Aligned Spirits
Wine, beer, and spirits law showed Carrie Bonnington an unexpected path

Published in 2025 Northern California Super Lawyers magazine
By Alison Macor on June 26, 2025
In the early 2000s, when Carrie Bonnington first started at her firm, she says, “I didn’t even know the beverage regulatory practice existed.”
Now, the 47-year-old partner at Pillsbury Winthrop Shaw Pittman’s Sacramento office is known for her expertise in the food and beverage area, particularly concerning alcohol regulatory matters. She leads the firm’s wine, beer, and spirits law practice, and co-leads the restaurant, food, and beverage industry team—where she helps companies stay in compliance with laws relating to advertising, ownership, activations and events.
“The law is very complicated, and not intuitive, yet the facts and the people involved are what you see on an everyday basis: You see restaurants, you see wineries, you see the entertainment centers, you see the industries members,” Bonnington says.
At the University of the Pacific’s McGeorge School of Law, she loved her practical skills classes, and after a stint as a summer associate at Pillsbury in 2002, she returned to the firm after graduation to litigate commercial civil cases.
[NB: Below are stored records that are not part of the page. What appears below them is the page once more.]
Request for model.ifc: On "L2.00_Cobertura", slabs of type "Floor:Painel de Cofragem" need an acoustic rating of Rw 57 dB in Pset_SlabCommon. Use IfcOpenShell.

First a look at what the model holds.

```python
import ifcopenshell
import ifcopenshell.util.element

model = ifcopenshell.open("model.ifc")
print(model.schema)
storey = next(s for s in model.by_type("IfcBuildingStorey") if s.Name == "L2.00_Cobertura")
slabs = [e for e in ifcopenshell.util.element.get_decomposition(storey) if e.is_a("IfcSlab")]
seen = {}
for e in slabs:
    element_type = ifcopenshell.util.element.get_type(e)
    key = (element_type.Name if element_type != e and element_type else None, ifcopenshell.util.element.get_pset(e, "Pset_SlabCommon", "AcousticRating"))
    seen[key] = seen.get(key, 0) + 1
for (name, value), count in sorted(seen.items(), key=str):
    print(count, "x", name, "|", value)
```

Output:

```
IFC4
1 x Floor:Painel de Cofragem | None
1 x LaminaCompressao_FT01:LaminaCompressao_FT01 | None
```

```python
import ifcopenshell
import ifcopenshell.api.pset
import ifcopenshell.util.element

model = ifcopenshell.open("model.ifc")

storey = next(s for s in model.by_type("IfcBuildingStorey") if s.Name == "L2.00_Cobertura")
slabs = [e for e in ifcopenshell.util.element.get_decomposition(storey) if e.is_a("IfcSlab")]

count = 0
for e in slabs:
    element_type = ifcopenshell.util.element.get_type(e)
    if element_type in (None, e) or element_type.Name != "Floor:Painel de Cofragem":
        continue
    # add_pset returns the element's existing set when there is one.
    pset = ifcopenshell.api.pset.add_pset(model, product=e, name="Pset_SlabCommon")
    ifcopenshell.api.pset.edit_pset(model, pset=pset, properties={"AcousticRating": "Rw 57 dB"})
    count += 1

print(count, "slabs updated")

model.write("model_v2.ifc")
```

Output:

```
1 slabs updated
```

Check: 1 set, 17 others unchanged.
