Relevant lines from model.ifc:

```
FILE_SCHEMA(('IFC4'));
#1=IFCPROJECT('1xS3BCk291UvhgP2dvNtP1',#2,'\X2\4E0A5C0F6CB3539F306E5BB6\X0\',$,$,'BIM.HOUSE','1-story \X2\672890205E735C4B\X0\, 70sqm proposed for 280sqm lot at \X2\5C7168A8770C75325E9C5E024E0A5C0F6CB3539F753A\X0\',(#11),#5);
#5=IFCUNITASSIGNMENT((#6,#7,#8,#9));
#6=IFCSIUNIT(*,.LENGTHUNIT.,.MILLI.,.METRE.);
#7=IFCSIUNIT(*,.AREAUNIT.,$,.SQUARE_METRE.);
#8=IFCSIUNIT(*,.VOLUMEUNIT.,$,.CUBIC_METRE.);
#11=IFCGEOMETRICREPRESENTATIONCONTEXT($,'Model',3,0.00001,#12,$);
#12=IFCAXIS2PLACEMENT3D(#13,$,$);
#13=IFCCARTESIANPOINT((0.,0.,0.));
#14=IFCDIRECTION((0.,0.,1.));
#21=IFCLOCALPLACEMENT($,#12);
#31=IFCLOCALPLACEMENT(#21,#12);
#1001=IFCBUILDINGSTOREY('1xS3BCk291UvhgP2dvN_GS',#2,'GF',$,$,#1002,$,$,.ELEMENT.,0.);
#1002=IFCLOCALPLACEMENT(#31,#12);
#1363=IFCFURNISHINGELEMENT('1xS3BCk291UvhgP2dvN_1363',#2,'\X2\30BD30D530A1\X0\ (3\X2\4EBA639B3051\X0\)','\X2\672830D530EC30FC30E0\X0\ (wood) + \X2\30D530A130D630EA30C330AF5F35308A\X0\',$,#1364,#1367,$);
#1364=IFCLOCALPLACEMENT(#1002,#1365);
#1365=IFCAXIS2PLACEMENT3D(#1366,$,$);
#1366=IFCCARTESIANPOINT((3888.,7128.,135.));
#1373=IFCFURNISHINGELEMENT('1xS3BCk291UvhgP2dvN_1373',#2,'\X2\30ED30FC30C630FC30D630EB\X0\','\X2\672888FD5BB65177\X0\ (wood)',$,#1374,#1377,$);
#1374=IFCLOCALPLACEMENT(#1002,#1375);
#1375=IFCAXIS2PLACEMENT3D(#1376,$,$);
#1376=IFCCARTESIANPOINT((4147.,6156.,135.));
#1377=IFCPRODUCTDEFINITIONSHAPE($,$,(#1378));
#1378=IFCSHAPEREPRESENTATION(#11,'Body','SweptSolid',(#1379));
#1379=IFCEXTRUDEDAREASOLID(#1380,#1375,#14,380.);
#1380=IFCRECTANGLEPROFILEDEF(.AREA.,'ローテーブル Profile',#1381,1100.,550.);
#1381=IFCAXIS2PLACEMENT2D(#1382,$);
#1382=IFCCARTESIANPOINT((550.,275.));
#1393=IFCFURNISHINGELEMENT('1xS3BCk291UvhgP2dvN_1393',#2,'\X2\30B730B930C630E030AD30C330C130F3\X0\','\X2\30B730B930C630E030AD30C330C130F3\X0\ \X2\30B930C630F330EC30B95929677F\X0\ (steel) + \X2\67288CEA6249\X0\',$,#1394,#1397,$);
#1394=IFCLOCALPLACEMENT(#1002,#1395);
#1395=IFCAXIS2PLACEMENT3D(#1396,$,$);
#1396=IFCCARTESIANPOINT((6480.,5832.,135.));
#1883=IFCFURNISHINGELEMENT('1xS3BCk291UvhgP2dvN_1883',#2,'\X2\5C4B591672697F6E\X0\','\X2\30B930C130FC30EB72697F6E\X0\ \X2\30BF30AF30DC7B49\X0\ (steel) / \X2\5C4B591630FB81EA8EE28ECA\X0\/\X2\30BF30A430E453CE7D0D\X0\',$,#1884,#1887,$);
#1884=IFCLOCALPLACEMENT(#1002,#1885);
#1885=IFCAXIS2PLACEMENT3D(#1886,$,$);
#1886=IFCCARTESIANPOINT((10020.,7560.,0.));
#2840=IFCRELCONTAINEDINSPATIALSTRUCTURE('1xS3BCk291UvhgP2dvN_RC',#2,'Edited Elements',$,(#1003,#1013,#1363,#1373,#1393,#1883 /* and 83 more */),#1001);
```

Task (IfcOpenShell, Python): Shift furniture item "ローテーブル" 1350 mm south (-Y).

```python
import ifcopenshell
import ifcopenshell.api.geometry
import ifcopenshell.util.placement
import ifcopenshell.util.unit

model = ifcopenshell.open("model.ifc")
unit_scale = ifcopenshell.util.unit.calculate_unit_scale(model)

item = model.by_guid("1xS3BCk291UvhgP2dvN_1373")
matrix = ifcopenshell.util.placement.get_local_placement(item.ObjectPlacement)
matrix[1, 3] -= 1.35 / unit_scale
ifcopenshell.api.geometry.edit_object_placement(model, product=item, matrix=matrix, is_si=False)

print(ifcopenshell.util.placement.get_local_placement(item.ObjectPlacement).round(3) + 0.0)

model.write("model_edited.ifc")
```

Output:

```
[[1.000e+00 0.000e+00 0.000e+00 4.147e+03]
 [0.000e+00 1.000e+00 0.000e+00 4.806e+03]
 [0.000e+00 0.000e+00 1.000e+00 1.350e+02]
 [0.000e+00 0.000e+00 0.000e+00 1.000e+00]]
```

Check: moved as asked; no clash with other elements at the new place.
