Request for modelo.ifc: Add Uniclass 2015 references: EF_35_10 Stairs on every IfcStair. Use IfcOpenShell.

First a look at what the model holds.

```python
import ifcopenshell

model = ifcopenshell.open("modelo.ifc")
print(model.schema)
print("classifications:", [c.Name for c in model.by_type("IfcClassification")])
for ifc_class in ("IfcDoor", "IfcRoof", "IfcStair", "IfcWall", "IfcWindow"):
    print(ifc_class, len(model.by_type(ifc_class)))
```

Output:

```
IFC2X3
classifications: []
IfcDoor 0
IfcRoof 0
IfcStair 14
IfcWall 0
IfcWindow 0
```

```python
import ifcopenshell
import ifcopenshell.api.classification

model = ifcopenshell.open("modelo.ifc")

# IFC2X3 requires Source and Edition and has no link from the project to the system.
system = model.create_entity("IfcClassification", Source="NBS", Edition="2015", Name="Uniclass 2015")

codes = {
    "IfcStair": ("EF_35_10", "Stairs"),
}
for ifc_class, (code, name) in codes.items():
    products = model.by_type(ifc_class)
    ifcopenshell.api.classification.add_reference(
        model, products=products, classification=system, identification=code, name=name
    )
    print(code, len(products))

model.write("modelo_rev.ifc")
```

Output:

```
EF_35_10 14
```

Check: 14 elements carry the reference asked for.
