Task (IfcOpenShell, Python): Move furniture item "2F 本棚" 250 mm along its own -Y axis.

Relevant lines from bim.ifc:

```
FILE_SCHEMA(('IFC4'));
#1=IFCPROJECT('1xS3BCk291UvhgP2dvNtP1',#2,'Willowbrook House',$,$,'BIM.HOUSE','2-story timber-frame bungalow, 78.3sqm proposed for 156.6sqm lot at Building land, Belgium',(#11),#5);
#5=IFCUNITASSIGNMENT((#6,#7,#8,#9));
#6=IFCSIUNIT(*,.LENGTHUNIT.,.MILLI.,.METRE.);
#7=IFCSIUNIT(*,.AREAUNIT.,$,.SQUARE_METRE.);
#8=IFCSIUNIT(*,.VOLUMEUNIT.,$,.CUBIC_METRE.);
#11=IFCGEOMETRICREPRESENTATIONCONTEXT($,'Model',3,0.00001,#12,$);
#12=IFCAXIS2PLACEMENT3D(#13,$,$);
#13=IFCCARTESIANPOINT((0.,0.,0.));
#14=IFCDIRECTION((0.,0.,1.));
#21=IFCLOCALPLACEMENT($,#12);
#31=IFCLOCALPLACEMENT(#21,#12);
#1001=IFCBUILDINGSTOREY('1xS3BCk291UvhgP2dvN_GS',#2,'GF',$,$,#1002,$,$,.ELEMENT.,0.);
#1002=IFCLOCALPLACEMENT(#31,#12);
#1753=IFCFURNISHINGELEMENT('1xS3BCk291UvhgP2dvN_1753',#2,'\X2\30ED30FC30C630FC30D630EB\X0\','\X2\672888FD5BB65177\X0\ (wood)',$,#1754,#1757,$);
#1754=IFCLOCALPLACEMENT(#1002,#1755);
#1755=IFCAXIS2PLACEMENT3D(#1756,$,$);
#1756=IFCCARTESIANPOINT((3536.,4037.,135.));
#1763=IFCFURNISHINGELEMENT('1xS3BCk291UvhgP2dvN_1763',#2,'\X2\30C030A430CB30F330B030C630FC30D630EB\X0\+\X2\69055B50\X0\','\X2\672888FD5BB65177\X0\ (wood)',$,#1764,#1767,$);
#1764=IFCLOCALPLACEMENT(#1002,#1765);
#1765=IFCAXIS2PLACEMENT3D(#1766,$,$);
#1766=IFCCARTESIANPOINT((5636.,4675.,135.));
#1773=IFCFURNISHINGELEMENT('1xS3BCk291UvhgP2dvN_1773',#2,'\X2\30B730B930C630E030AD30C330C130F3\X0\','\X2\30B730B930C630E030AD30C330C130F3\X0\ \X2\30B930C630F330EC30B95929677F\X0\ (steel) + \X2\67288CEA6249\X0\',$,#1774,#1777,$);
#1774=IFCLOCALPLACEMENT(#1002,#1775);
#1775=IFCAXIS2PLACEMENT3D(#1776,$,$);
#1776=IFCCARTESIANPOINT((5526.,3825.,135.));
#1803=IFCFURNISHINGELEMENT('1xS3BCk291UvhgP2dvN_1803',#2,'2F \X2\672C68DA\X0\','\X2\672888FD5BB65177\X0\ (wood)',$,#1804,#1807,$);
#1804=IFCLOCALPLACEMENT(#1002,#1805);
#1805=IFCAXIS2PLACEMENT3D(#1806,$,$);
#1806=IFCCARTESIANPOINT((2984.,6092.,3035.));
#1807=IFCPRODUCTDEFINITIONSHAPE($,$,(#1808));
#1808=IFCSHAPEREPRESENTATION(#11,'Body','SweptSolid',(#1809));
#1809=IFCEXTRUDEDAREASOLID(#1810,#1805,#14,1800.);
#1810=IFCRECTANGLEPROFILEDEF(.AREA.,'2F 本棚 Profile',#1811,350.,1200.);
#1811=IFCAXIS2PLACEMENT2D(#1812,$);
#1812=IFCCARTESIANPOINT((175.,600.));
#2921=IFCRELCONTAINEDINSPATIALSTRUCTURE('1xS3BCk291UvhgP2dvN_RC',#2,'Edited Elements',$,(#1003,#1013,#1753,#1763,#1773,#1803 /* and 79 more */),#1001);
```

```python
import ifcopenshell
import ifcopenshell.api.geometry
import ifcopenshell.util.placement
import ifcopenshell.util.unit

model = ifcopenshell.open("bim.ifc")
unit_scale = ifcopenshell.util.unit.calculate_unit_scale(model)

item = model.by_id(1803)
matrix = ifcopenshell.util.placement.get_local_placement(item.ObjectPlacement)
matrix[:3, 3] -= matrix[:3, 1] * 0.25 / unit_scale
ifcopenshell.api.geometry.edit_object_placement(model, product=item, matrix=matrix, is_si=False)

print(ifcopenshell.util.placement.get_local_placement(item.ObjectPlacement).round(3) + 0.0)

model.write("bim_rev.ifc")
```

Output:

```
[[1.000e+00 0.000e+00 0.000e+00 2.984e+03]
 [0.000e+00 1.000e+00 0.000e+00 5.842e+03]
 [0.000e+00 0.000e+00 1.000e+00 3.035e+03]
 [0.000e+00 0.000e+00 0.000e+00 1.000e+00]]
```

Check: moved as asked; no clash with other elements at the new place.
During her third year at Pillsbury, a senior colleague reached out for help with an administrative hearing in connection with the firm’s beverage regulatory practice. “It was a little unusual for a junior associate at a big firm to have had experience with administrative hearings, arbitrations and depositions,” Bonnington says, “but I was very lucky to have worked on the cases that I did.”
Bonnington was hooked. And when the colleague asked if she’d like to handle all of his wine, beer, and spirits law litigation, she jumped at the chance. “I hadn’t realized the intricacies of the regulatory system,” she says. “I learned over the next year or two that even just handling the litigation side, you are so much more effective if you really understood the regulatory system and that side of the practice. So, after a couple of years, I started to convert my practice to working in the regulatory space.
“The industry has become a lot more sophisticated, and the issues are significantly more complicated.”
But little could have prepared Bonnington for the regulatory changes that took place during the COVID-19 pandemic. In the spring of 2020, she was working around the clock while homeschooling her son and daughter, who were then in elementary and pre-K programs. Issues that concerned Bonnington’s clients included how to convert a distillery into making hand sanitizer and what to do with products in restaurants that were forced to shut down. “It was wild,” she says. “Regulators worked very fast and were very flexible to respond. It was great, but it wasn’t necessarily anything we had seen before in the industry. It was unprecedented.”
Today, the focus of Pillsbury’s wine, beer, and spirits law area is more regulatory in nature—though Bonnington still does litigation and corporate work. Current considerations include utilizing AI effectively, and addressing tariffs and regulatory investigations into industry practices. “The industry has become a lot more sophisticated, and the issues are significantly more complicated,” she says.
Bonnington looks back on her first case in the firm’s alcohol beverage law practice fondly; it is still her favorite. “It introduced me to the industry,” she says. “I didn’t know it could be so much fun doing this type of work, and it offered me the opportunity to build a practice that I never anticipated.”
For that reason, she encourages law students to consider the field as more schools offer alcohol beverage industry law classes. Bonnington herself has taught classes at UC Berkeley Law, and she continues to guest lecture on topics like advertising, promotion, and other trade practices.
She also appreciates the camaraderie within the practice area. “For the most part, people in the industry get along really well,” she says. “More often than not, our interests and our clients’ interests are aligned, because we’re trying to make sure people are acting in compliance with industry laws and regulations. That’s a good position to be in.”